[What the task requires]
Take every line containing "IFCCARTESIANPOINT" out of the records.

[Source information]
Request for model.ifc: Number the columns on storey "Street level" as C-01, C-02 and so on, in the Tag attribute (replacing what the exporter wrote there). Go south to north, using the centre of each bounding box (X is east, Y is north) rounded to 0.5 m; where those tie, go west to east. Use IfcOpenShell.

First a look at what the model holds.

```python
import ifcopenshell
import ifcopenshell.util.element
import ifcopenshell.util.placement

model = ifcopenshell.open("model.ifc")
print(model.schema)
storey = next(s for s in model.by_type("IfcBuildingStorey") if s.Name == "Street level")
columns = [e for e in ifcopenshell.util.element.get_decomposition(storey) if e.is_a("IfcColumn")]
for e in sorted(columns, key=lambda e: e.id()):
    origin = ifcopenshell.util.placement.get_local_placement(e.ObjectPlacement)[:3, 3]
    print(e.id(), e.Tag, e.Name, origin.round(2) + 0.0, sep=" | ")
```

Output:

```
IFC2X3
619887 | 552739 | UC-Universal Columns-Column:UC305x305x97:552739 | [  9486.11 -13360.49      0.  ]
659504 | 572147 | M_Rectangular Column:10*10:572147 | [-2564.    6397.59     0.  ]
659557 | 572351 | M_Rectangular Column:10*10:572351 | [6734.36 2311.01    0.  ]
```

```python
import ifcopenshell
import ifcopenshell.geom
import ifcopenshell.util.element
import ifcopenshell.util.shape

model = ifcopenshell.open("model.ifc")
settings = ifcopenshell.geom.settings()
settings.set("use-world-coords", True)


def centre(element):
    shape = ifcopenshell.geom.create_shape(settings, element)
    return ifcopenshell.util.shape.get_bbox_centroid(shape.geometry)


storey = next(s for s in model.by_type("IfcBuildingStorey") if s.Name == "Street level")
columns = [e for e in ifcopenshell.util.element.get_decomposition(storey) if e.is_a("IfcColumn")]

# Insertion points can sit at a corner or the storey origin, so sort by the geometry (in metres).
centres = {e: centre(e) for e in columns}
columns.sort(key=lambda e: (round(centres[e][1] / 0.5), centres[e][0]))

for i, e in enumerate(columns, start=1):
    number = f"C-{i:02d}"
    e.Tag = number
    print(e.id(), number)

model.write("model-out.ifc")
```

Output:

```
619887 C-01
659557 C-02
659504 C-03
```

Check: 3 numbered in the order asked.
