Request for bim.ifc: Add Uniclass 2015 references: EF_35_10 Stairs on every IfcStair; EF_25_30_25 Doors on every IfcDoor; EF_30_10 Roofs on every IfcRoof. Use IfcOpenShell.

First a look at what the model holds.

```python
import ifcopenshell

model = ifcopenshell.open("bim.ifc")
print(model.schema)
print("classifications:", [c.Name for c in model.by_type("IfcClassification")])
for ifc_class in ("IfcDoor", "IfcRoof", "IfcStair", "IfcWall", "IfcWindow"):
    print(ifc_class, len(model.by_type(ifc_class)))
```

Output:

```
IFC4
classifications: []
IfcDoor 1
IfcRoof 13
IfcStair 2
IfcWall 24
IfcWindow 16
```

```python
import ifcopenshell
import ifcopenshell.api.classification

model = ifcopenshell.open("bim.ifc")

system = ifcopenshell.api.classification.add_classification(model, classification="Uniclass 2015")

codes = {
    "IfcStair": ("EF_35_10", "Stairs"),
    "IfcDoor": ("EF_25_30_25", "Doors"),
    "IfcRoof": ("EF_30_10", "Roofs"),
}
for ifc_class, (code, name) in codes.items():
    products = model.by_type(ifc_class)
    ifcopenshell.api.classification.add_reference(
        model, products=products, classification=system, identification=code, name=name
    )
    print(code, len(products))

model.write("bim_edited.ifc")
```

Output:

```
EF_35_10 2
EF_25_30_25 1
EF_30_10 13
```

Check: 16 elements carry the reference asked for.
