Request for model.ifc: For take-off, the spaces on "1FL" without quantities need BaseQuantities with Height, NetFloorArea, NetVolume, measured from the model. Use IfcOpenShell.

First a look at what the model holds.

```python
import ifcopenshell
import ifcopenshell.util.element
import ifcopenshell.util.unit

model = ifcopenshell.open("model.ifc")
print(model.schema)
for unit_type in ("LENGTHUNIT", "AREAUNIT", "VOLUMEUNIT"):
    print(unit_type, ifcopenshell.util.unit.calculate_unit_scale(model, unit_type))
storey = next(s for s in model.by_type("IfcBuildingStorey") if s.Name == "1FL")
spaces = [e for e in ifcopenshell.util.element.get_decomposition(storey) if e.is_a("IfcSpace")]
for e in sorted(spaces, key=lambda e: e.id()):
    print(e.id(), e.is_a(), e.Name, list(ifcopenshell.util.element.get_psets(e, qtos_only=True)), sep=" | ")
```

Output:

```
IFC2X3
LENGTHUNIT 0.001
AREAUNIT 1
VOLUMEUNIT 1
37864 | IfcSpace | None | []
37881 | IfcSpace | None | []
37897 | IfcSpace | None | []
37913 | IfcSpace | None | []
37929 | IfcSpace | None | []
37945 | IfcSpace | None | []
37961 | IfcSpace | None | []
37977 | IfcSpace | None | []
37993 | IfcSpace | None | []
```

```python
import ifcopenshell
import ifcopenshell.api.pset
import ifcopenshell.geom
import ifcopenshell.util.element
import ifcopenshell.util.shape
import ifcopenshell.util.unit

model = ifcopenshell.open("model.ifc")
unit_scale = ifcopenshell.util.unit.calculate_unit_scale(model)
area_scale = ifcopenshell.util.unit.calculate_unit_scale(model, "AREAUNIT")
volume_scale = ifcopenshell.util.unit.calculate_unit_scale(model, "VOLUMEUNIT")
settings = ifcopenshell.geom.settings()

storey = next(s for s in model.by_type("IfcBuildingStorey") if s.Name == "1FL")
spaces = [e for e in ifcopenshell.util.element.get_decomposition(storey) if e.is_a("IfcSpace")]

for e in sorted(spaces, key=lambda e: e.id()):
    if ifcopenshell.util.element.get_psets(e, qtos_only=True, should_inherit=False):
        continue
    # Geometry comes back in metres, in the element's own axes.
    shape = ifcopenshell.geom.create_shape(settings, e)
    values = {
        "Height": ifcopenshell.util.shape.get_z(shape.geometry) / unit_scale,
        "NetFloorArea": ifcopenshell.util.shape.get_footprint_area(shape.geometry) / area_scale,
        "NetVolume": ifcopenshell.util.shape.get_volume(shape.geometry) / volume_scale,
    }
    qto = ifcopenshell.api.pset.add_qto(model, product=e, name="BaseQuantities")
    ifcopenshell.api.pset.edit_qto(model, qto=qto, properties=values)
    print(e.id(), {k: round(v, 3) for k, v in values.items()})

model.write("model-out.ifc")
```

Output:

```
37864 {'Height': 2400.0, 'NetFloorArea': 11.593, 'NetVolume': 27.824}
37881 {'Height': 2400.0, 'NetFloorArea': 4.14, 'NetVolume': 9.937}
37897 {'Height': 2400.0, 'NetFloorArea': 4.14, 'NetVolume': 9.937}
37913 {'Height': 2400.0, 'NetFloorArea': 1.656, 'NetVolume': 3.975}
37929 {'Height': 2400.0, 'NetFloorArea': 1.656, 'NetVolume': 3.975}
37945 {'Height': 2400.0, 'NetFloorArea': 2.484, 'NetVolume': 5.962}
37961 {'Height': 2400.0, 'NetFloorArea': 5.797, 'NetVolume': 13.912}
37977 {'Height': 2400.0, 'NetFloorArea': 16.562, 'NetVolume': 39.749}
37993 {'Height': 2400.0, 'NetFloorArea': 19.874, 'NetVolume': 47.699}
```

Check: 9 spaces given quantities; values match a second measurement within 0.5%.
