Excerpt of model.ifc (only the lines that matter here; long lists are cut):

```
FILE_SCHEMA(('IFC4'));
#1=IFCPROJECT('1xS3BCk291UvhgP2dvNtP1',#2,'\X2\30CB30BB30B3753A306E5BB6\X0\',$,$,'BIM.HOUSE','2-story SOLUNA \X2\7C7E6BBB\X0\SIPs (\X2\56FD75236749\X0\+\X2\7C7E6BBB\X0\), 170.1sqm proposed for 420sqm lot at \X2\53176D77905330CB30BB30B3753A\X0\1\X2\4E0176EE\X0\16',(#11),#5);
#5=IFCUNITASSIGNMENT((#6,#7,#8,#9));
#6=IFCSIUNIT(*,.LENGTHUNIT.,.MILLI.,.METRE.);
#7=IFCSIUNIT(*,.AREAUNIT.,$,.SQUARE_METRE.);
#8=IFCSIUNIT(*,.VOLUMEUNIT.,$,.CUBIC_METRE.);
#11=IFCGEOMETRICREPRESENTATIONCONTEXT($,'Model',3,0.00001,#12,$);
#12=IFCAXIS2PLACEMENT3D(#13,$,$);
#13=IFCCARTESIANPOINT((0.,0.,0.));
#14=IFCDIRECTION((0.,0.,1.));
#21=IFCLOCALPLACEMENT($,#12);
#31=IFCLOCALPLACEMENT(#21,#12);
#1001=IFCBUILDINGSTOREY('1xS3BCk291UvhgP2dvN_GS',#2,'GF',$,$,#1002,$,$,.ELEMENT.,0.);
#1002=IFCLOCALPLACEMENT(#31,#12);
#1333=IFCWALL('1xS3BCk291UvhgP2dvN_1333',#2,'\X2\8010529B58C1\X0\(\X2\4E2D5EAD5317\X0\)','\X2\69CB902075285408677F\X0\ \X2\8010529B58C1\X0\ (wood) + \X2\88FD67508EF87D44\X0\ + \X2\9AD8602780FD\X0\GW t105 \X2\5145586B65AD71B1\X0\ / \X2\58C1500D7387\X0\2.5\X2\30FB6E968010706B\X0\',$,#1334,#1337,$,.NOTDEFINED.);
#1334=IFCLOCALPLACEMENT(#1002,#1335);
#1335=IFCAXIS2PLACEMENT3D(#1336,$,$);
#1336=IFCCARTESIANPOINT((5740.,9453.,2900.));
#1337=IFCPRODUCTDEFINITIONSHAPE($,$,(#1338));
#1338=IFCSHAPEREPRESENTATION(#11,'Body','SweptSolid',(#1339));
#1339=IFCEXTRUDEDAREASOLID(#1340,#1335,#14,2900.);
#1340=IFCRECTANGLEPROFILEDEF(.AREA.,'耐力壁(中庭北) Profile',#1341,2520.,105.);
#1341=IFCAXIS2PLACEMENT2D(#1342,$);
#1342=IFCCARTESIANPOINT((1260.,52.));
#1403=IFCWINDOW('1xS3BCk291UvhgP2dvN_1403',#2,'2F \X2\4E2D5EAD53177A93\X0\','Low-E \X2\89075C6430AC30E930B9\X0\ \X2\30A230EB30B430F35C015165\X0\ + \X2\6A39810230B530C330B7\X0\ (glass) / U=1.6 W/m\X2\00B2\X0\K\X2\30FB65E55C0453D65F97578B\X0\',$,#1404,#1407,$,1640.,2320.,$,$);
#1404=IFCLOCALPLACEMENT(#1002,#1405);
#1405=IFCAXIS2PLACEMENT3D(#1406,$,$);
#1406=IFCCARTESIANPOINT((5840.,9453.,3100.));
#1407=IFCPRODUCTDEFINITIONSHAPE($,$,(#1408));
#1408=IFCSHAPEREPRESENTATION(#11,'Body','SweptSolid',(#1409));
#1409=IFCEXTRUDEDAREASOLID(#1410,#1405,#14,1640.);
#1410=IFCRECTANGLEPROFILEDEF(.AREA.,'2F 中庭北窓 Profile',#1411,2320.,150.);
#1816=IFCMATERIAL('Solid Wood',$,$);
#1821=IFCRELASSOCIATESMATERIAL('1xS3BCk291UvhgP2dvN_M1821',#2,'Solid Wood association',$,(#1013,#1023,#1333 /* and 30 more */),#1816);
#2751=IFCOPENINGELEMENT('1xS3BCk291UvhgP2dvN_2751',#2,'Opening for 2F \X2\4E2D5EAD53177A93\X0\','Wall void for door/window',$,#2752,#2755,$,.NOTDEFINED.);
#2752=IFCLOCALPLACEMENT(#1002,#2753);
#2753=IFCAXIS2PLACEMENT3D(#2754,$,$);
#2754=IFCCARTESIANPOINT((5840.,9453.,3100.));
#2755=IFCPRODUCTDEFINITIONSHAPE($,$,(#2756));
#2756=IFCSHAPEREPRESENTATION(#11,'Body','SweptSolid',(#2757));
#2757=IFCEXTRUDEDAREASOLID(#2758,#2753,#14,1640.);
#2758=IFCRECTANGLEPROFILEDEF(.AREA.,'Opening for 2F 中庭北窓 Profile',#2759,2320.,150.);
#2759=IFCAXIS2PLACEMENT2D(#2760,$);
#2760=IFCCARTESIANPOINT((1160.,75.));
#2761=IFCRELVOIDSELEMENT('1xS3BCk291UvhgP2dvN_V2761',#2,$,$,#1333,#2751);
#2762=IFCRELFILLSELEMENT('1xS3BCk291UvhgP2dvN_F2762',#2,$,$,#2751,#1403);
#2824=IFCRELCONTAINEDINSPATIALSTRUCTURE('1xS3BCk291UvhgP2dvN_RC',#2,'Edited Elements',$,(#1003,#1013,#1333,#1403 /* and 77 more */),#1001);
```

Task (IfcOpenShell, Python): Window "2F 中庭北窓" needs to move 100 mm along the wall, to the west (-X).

```python
import ifcopenshell
import ifcopenshell.api.geometry
import ifcopenshell.util.placement
import ifcopenshell.util.unit

model = ifcopenshell.open("model.ifc")
unit_scale = ifcopenshell.util.unit.calculate_unit_scale(model)

window = model.by_guid("1xS3BCk291UvhgP2dvN_1403")
opening = window.FillsVoids[0].RelatingOpeningElement
wall = opening.VoidsElements[0].RelatingBuildingElement

wall_matrix = ifcopenshell.util.placement.get_local_placement(wall.ObjectPlacement)
shift = wall_matrix[:3, 0] * -0.1 / unit_scale
before = ifcopenshell.util.placement.get_local_placement(window.ObjectPlacement)[:3, 3].copy()

# The window is not placed relative to its opening, so move both.
for product in (opening, window):
    matrix = ifcopenshell.util.placement.get_local_placement(product.ObjectPlacement)
    matrix[:3, 3] += shift
    ifcopenshell.api.geometry.edit_object_placement(model, product=product, matrix=matrix, is_si=False)

after = ifcopenshell.util.placement.get_local_placement(window.ObjectPlacement)[:3, 3]
print("window moved by", (after - before).round(3) + 0.0)

model.write("model_rev.ifc")
```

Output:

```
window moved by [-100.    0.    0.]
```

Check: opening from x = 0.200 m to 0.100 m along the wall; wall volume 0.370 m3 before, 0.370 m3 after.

[Solution for this problem]
#13=IFCCARTESIANPOINT((0.,0.,0.));
#1336=IFCCARTESIANPOINT((5740.,9453.,2900.));
#1342=IFCCARTESIANPOINT((1260.,52.));
#1406=IFCCARTESIANPOINT((5840.,9453.,3100.));
#2754=IFCCARTESIANPOINT((5840.,9453.,3100.));
#2760=IFCCARTESIANPOINT((1160.,75.));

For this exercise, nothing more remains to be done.